The problem: Reading the records below, how many lines contain "IFCSHAPEREPRESENTATION"? Respond with a number and nothing else.

"""

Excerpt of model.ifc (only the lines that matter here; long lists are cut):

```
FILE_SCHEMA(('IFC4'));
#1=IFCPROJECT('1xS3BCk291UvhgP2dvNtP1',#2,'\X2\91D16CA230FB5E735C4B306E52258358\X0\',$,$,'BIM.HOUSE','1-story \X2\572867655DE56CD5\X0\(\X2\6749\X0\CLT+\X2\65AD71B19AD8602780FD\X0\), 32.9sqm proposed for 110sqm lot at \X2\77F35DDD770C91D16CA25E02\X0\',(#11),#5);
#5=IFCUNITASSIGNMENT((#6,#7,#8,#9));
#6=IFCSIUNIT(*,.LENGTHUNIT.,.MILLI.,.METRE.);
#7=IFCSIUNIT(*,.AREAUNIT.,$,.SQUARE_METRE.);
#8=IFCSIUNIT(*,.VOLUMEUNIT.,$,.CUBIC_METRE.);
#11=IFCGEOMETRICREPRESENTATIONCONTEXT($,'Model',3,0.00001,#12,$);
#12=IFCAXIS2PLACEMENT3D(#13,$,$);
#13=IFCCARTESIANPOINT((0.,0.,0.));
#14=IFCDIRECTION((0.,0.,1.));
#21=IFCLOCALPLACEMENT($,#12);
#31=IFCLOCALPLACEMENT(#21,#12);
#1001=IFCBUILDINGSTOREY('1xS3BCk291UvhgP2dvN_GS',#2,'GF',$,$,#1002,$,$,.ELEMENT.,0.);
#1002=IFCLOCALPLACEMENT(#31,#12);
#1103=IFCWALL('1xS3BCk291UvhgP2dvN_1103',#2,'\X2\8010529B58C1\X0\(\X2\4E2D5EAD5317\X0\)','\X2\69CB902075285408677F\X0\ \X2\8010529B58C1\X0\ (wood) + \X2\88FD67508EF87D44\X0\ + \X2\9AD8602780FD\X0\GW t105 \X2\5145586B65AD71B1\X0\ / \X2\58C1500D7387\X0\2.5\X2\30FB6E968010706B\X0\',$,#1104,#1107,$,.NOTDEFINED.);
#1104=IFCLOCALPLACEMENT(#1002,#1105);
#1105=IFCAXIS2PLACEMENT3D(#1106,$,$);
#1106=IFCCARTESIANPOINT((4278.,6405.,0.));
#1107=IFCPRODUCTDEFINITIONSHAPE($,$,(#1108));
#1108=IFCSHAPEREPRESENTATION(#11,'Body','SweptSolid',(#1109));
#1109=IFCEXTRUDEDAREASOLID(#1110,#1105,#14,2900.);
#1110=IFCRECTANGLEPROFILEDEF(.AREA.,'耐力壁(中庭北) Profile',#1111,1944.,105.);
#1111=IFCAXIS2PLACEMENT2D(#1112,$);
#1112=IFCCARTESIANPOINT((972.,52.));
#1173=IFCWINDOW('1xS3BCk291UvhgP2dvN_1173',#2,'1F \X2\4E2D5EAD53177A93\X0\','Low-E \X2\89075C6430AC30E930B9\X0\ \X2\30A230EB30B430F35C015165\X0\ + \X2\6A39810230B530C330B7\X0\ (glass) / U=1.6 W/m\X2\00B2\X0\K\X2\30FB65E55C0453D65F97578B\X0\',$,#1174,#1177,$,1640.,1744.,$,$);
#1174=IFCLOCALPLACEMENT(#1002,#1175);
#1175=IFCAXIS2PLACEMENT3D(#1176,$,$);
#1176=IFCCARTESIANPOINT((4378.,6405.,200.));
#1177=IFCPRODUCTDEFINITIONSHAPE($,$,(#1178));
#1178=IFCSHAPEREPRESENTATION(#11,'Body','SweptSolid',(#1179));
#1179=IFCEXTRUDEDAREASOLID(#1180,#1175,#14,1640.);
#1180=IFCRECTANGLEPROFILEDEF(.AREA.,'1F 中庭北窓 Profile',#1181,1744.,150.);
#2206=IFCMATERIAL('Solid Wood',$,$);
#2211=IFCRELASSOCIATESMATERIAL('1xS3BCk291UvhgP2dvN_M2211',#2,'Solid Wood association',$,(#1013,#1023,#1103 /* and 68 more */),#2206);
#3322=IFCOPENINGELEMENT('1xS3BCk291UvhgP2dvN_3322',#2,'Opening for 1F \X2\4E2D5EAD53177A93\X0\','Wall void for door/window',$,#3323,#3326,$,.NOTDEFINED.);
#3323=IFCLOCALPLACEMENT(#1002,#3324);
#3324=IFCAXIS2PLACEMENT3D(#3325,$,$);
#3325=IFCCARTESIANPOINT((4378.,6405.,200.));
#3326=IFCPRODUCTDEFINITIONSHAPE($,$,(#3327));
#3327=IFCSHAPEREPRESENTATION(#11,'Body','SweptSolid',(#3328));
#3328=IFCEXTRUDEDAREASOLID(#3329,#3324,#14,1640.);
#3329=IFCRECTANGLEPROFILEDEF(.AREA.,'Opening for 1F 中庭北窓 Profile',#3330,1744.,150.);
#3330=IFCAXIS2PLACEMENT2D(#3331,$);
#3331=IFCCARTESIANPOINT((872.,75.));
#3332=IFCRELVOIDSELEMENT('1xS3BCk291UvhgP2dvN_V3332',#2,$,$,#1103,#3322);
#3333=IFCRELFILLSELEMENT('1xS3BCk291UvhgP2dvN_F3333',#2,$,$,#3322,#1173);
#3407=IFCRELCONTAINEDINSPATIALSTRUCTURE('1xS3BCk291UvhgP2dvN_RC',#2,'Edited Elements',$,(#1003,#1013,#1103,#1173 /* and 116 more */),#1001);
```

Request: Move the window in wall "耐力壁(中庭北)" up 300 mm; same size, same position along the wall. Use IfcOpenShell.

```python
import numpy as np
import ifcopenshell
import ifcopenshell.api.geometry
import ifcopenshell.util.placement
import ifcopenshell.util.unit

model = ifcopenshell.open("model.ifc")
unit_scale = ifcopenshell.util.unit.calculate_unit_scale(model)

window = model.by_guid("1xS3BCk291UvhgP2dvN_1173")
opening = window.FillsVoids[0].RelatingOpeningElement
dz = 300.0

shift = np.array([0.0, 0.0, dz])
# The window is not placed relative to its opening, so move both.
for product in (opening, window):
    matrix = ifcopenshell.util.placement.get_local_placement(product.ObjectPlacement)
    matrix[:3, 3] += shift
    ifcopenshell.api.geometry.edit_object_placement(model, product=product, matrix=matrix, is_si=False)

print(f"moved by {dz * unit_scale:+.3f} m")

model.write("model-out.ifc")
```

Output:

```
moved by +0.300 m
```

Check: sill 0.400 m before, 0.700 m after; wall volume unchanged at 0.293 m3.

"""

Exercise answer: 3